Early diagnosis of CLN2 is crucial to the provision of adequate therapies. However, the mean age of diagnosis for CLN2 is 22.7 months following the initial onset of symptoms.35 Diagnosis latency may be explained by multiple factors. One such factor is poor awareness of the disease: speech delays and vision loss, common first CLN2 symptoms, easily go unnoticed by parents and healthcare providers; epilepsy treatment may be considered more pressing than its etiology; motor deterioration can mistakenly be attributed to antiepileptic medication.7,10,17 A second factor is the non-uniform symptomatic and clinical presentation of CLN2, thus complicating diagnosis.37,41 Diagnosis may also be hindered by a lack of access to enzymatic and molecular testing; healthcare providers may have only have access to non-specific neurodegeneration findings.36 Ultimately, a more widespread understanding of CLN2 clinical presentation and testing will lead to earlier and more effective diagnosis.
Many CLN2 therapies aiming to reduce disease progression are emerging. In 2017, the U.S. Food and Drug Administration was the first to approve cerliponase alfa (Brineura™), a recombinant human TPPI (rhTPPI) enzyme replacement therapy.42 Administered intracerebroventricularly through a Rickham or Ommaya reservoir every two weeks, the drug enters neurons by a mannose 6-phosphate-dependent pathway and is targeted to lysosomes.2,7 Upon entry, rhTPPI is activated to its proteolytic form and completes normal TPPI function.2,9,43 To date, cerliponase alfa clinical trials have shown significant reduction in the progression of motor and language decline; most adverse effects were mild, short-term, and clinically manageable.2,9,44 The development and approval of cerliponase alfa has paved the route for similar novel therapies targeting other forms of NCL, utilizing a similar enzymatic delivery method.

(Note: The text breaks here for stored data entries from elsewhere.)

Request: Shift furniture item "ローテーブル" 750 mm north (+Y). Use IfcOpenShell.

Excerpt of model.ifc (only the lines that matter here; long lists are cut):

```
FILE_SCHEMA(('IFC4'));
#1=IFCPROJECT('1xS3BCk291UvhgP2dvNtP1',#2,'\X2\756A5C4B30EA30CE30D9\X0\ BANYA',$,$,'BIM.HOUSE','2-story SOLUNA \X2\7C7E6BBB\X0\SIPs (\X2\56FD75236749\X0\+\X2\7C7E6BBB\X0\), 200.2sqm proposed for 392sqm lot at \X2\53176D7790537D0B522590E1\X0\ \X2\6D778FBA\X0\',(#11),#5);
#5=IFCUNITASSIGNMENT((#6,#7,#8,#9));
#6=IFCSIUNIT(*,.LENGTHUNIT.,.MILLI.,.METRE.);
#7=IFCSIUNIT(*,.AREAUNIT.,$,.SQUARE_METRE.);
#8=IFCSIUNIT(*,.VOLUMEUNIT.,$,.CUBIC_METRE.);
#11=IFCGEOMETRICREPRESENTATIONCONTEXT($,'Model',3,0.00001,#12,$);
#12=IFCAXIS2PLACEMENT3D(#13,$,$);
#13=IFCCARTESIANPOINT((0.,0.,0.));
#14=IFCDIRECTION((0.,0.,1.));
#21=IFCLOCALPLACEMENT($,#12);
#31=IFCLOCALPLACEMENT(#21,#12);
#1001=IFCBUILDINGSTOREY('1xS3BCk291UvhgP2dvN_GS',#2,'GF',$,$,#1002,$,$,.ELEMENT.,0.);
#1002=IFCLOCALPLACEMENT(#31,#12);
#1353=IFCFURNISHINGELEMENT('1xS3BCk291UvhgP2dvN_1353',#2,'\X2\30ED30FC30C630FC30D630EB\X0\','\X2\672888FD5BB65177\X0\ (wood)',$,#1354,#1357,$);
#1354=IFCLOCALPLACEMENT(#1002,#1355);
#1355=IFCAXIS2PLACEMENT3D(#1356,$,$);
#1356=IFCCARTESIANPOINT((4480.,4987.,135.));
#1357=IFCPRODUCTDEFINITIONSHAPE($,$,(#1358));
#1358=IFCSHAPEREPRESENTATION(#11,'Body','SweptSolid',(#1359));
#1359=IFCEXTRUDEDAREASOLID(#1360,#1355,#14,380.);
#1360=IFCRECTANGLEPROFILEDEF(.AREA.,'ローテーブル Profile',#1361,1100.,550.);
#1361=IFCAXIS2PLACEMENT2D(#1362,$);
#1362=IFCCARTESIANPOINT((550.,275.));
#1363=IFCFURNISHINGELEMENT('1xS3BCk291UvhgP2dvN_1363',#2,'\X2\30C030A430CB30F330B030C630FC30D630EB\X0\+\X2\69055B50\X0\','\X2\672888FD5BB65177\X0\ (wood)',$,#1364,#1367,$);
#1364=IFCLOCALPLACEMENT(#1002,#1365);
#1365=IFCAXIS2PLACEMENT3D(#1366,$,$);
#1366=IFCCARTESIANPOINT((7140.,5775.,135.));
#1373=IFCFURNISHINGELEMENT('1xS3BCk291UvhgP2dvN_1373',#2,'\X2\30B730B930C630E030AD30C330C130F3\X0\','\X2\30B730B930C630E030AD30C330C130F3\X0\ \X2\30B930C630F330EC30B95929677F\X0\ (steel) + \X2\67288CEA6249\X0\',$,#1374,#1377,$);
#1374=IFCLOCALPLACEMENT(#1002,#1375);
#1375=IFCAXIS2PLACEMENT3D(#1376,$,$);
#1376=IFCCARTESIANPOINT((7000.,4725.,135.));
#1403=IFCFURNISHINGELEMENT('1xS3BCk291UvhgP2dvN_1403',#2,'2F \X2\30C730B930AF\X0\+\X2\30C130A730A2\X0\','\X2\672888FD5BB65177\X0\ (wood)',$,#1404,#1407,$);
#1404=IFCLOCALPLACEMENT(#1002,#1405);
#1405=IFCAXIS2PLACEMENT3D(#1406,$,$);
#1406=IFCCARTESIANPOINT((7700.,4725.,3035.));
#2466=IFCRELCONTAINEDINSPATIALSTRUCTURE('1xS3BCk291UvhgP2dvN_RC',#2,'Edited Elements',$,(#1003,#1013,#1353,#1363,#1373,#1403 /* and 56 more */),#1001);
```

```python
import ifcopenshell
import ifcopenshell.api.geometry
import ifcopenshell.util.placement
import ifcopenshell.util.unit

model = ifcopenshell.open("model.ifc")
unit_scale = ifcopenshell.util.unit.calculate_unit_scale(model)

item = model.by_id(1353)
matrix = ifcopenshell.util.placement.get_local_placement(item.ObjectPlacement)
matrix[1, 3] += 0.75 / unit_scale
ifcopenshell.api.geometry.edit_object_placement(model, product=item, matrix=matrix, is_si=False)

print(ifcopenshell.util.placement.get_local_placement(item.ObjectPlacement).round(3) + 0.0)

model.write("model_updated.ifc")
```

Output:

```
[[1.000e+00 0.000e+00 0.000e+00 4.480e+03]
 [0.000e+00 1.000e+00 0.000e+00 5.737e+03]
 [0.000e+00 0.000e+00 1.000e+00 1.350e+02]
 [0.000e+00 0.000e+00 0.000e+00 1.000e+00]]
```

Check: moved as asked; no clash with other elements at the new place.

Many studies note that cerliponase alfa may be used solely and regularly, or in alternation with other therapies such as stem-cell therapy.7,45 This therapy aims to preserve remaining motor and cognitive function by transplanting healthy human neural stem cells into the CLN2 patient’s brain, in order to increase TPPI expression.2 A phase I clinical trial was conducted on 4 CLN2 patients; however, there was no slowing of disease progression following transplant.46 Cerliponase alfa has also been suggested in conjunction with gene therapy, which utilizes a gene therapy vector to introduce a healthy CLN2 gene through intracranial injection. Similar to the stem-cell therapy trial, the phase 1 CLN2 gene therapy trial noted no clinical benefit.47 Nonetheless, these trials demonstrate the feasibility of both stem-cell and gene therapy; ongoing trials are further studying the effectiveness of such therapies in CLN2 patients.7
Other novel pharmacological treatments (NMDA receptor antagonists, Bcl-2 and TPPI mRNA upregulators) have not been able to replicate their animal model successes in clinical trials.46,48,49 The development of a CLN2 drug is particularly complex for many reasons. Lack of understanding of TPPI deficiency and ceroid lipofuscin toxicity mechanisms renders the identification of viable drug pathways difficult.7 Furthermore, any CLN2 therapeutic drug must cross the blood-brain barrier, which is particularly difficult due to the semipermeability of the membrane.22,50 Moreover, designing generalizable clinical trials for CLN2 proves difficult due to the low prevalence of the disease, producing small cohort sizes and single-center studies.35 In the meanwhile, uttermost importance is being placed on multidisciplinary palliative care: physical and speech therapy, family support, seizure and movement disorder management, as well as behaviour management.2,17
The pathways by which TPPI causes ceroid lipofuscin accumulation and subsequent neurotoxicity are crucial to understanding CLN2, a rare pediatric neurodegenerative lysosomal storage disorder characterised by the accumulation of ceroid lipofuscin and severe cerebral atrophy. Though existing therapeutic treatments are promising, novel discoveries will be required to overcome challenges in clinical presentation, diagnosis latency, drug delivery, and most notably, the complexity of CLN2 mechanisms.